Today's lesson's going to be jam-packed full of interesting and fun tasks for you to do.
It might be tricky or easy in parts, but I will be here to help.
It's gonna be a great and fun lesson.
So let's make a start.
In today's lesson from the unit, understanding multiplicative relationships, fractions and ratio we'll be expressing multiplicative relationships as ratios and as fractions.
And by the end of the lesson, you'll be able to express a multiplicative relationship as a ratio or as a fraction.
We'll be looking at proportionality.
And remember, proportionality means when variables are in proportion if they have a constant multiplicative relationship.
And a ratio shows the relative sizes of 2 or more values and allows you to compare a part with another part in a whole.
And a fraction shows us how many equal parts are in a whole.
Today's lesson will consist of 2 parts.
We'll be looking at that multiplicative relationships as ratios first, and then we'll be looking at those multiplicative relationships as fractions.
So let's make a start.
Remember, proportion is a part to whole, sometimes part to part comparison.
And if 2 things are in proportion, then the ratio of part to whole is maintained and that multiplicative relationship between parts is also maintained.
As a result, lots of multiplicative relationships can be formed and it's important to understand what each multiplicative relationship represents.
For example, a tomato sauce for one pizza is made using this recipe.
For one pizza sauce, it's 120 milliliters of puree, 4 garlic cloves, and 2 pinches of basil.
Now, what do you think the multiplier from the number of pizza sauces to puree is? I'm going to pop it into a ratio table just because it makes it a little bit easier.

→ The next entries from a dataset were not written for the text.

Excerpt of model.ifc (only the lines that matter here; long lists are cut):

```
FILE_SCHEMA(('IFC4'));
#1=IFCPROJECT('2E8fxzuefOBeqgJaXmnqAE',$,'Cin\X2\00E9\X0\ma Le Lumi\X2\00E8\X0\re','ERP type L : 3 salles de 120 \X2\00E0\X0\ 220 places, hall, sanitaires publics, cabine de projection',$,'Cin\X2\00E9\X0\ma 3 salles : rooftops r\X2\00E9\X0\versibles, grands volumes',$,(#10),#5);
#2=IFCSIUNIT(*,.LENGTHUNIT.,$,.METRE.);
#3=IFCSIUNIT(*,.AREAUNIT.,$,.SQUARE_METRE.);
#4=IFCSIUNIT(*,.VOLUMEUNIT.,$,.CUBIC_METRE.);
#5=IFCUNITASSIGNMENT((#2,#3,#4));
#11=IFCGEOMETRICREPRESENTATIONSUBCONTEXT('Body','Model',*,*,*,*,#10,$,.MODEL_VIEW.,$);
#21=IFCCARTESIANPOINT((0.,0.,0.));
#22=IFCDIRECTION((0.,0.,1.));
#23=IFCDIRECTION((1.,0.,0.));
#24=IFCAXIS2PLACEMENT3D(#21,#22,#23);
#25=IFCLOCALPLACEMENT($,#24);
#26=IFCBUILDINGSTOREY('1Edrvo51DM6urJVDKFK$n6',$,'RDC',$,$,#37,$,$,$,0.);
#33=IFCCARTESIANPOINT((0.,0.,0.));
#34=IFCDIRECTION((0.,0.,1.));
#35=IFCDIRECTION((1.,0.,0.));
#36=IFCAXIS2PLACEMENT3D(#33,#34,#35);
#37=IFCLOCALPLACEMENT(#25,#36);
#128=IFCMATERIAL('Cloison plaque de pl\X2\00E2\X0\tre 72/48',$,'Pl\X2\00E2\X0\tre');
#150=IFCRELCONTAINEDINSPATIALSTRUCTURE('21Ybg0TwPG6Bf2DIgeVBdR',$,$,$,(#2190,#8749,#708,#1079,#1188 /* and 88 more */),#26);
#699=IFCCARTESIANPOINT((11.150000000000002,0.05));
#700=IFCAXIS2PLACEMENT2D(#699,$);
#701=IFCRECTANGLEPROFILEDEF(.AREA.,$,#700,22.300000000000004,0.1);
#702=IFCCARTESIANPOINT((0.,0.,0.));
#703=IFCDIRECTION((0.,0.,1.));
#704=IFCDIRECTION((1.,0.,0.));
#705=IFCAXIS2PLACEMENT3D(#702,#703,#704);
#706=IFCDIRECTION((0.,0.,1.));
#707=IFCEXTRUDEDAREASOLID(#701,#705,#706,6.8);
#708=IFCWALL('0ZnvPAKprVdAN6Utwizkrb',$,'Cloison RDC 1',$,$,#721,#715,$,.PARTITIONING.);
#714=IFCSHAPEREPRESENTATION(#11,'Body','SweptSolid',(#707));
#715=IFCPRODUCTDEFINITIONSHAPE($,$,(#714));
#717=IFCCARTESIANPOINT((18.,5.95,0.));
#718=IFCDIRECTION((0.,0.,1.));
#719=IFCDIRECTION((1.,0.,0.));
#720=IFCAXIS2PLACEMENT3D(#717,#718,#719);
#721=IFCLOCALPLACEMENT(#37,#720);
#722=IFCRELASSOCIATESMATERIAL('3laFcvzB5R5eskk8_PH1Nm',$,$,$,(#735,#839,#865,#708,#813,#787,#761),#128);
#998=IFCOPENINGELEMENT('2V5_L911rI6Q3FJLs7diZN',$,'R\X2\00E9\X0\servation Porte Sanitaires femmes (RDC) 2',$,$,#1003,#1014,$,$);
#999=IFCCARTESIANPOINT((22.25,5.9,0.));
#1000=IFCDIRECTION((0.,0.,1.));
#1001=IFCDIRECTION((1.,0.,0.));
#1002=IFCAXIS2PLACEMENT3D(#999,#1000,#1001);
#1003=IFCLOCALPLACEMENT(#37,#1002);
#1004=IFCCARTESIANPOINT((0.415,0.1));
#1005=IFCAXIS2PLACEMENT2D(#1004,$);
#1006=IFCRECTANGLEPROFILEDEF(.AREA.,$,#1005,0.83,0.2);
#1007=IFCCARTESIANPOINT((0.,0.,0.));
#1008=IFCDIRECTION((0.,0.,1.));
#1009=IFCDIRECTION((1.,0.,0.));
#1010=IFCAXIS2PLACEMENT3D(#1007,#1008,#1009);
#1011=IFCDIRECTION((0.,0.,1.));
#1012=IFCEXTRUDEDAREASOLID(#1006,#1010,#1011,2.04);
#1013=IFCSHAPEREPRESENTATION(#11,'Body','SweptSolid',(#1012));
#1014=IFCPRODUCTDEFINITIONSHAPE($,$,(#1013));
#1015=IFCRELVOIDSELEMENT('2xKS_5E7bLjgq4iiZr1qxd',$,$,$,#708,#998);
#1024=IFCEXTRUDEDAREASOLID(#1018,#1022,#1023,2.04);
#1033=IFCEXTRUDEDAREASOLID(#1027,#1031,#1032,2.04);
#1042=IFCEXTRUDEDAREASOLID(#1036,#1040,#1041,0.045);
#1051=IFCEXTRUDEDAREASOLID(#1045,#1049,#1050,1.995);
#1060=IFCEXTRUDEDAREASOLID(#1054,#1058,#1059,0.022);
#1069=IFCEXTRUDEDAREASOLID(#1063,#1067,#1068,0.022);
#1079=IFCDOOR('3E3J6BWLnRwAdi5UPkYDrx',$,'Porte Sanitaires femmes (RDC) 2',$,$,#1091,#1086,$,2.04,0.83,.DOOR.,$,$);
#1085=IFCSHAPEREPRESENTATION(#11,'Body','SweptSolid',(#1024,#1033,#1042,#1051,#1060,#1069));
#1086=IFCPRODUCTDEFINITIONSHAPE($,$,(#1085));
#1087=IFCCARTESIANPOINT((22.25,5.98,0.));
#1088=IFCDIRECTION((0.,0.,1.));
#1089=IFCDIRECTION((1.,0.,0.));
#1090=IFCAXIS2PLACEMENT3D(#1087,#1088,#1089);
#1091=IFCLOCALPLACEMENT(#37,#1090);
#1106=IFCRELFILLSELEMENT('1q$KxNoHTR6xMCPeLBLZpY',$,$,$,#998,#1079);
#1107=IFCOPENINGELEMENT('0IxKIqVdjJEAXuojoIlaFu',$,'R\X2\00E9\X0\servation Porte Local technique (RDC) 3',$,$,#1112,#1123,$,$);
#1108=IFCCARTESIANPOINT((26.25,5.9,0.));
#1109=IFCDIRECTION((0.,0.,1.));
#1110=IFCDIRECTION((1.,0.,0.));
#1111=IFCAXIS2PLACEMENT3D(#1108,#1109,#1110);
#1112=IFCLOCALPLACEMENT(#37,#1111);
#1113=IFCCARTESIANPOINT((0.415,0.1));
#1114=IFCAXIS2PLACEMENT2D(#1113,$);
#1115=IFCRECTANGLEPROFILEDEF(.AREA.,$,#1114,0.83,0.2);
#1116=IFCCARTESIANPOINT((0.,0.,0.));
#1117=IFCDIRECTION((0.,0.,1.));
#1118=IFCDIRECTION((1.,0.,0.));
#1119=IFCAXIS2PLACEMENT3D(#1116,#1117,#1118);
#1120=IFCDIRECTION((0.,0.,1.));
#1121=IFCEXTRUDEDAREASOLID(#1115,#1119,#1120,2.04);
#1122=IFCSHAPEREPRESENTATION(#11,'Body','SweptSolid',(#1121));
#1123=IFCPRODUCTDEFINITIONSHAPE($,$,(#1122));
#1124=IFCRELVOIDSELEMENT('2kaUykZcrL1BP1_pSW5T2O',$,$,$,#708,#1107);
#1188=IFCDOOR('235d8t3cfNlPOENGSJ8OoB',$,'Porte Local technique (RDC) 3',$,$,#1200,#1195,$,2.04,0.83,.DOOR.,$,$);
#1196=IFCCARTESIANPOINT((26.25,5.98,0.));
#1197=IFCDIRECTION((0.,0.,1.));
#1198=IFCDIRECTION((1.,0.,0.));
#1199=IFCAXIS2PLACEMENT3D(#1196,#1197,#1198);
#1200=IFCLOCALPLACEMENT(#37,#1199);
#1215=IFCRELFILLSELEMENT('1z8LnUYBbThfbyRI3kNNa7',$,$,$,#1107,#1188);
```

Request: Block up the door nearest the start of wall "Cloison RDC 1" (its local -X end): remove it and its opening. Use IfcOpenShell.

```python
import ifcopenshell
import ifcopenshell.api.feature
import ifcopenshell.api.root
import ifcopenshell.geom
import ifcopenshell.util.shape

model = ifcopenshell.open("model.ifc")
settings = ifcopenshell.geom.settings()


def volume(element):
    """Net volume in cubic metres, openings subtracted."""
    shape = ifcopenshell.geom.create_shape(settings, element)
    return ifcopenshell.util.shape.get_volume(shape.geometry)


door = model.by_guid("3E3J6BWLnRwAdi5UPkYDrx")
opening = door.FillsVoids[0].RelatingOpeningElement
wall = opening.VoidsElements[0].RelatingBuildingElement
before = volume(wall)

ifcopenshell.api.root.remove_product(model, product=door)
ifcopenshell.api.feature.remove_feature(model, feature=opening)

after = volume(wall)

print(f"wall volume {before:.3f} -> {after:.3f} m3")

model.write("model-out.ifc")
```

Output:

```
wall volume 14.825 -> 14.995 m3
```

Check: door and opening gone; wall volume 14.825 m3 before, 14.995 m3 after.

So you can see for one source it's 120 milliliters of puree to 4 garlic clothes to 2 pinches of basil.
So what do we multiply pizza sauce by to give puree? Well, to find on the multiplier, I'm going to do the puree, which is 120 divided by the pizza sauce of just one.
So therefore, the multiplier has to be 120.
Pizza sauce times 120 is equal to puree.
This means for every one pizza sauce there is 120 milliliters of puree.
Now what I want you to do is identify what's the multiplier from garlic clothes to puree.
See if you can use the ratio table to identify it.
Well, hopefully you spotted, to find that multiplier I'm going to divide the puree by the garlic clothes to gimme 30.
So multiplying the garlic clothes by 30 gives me the puree.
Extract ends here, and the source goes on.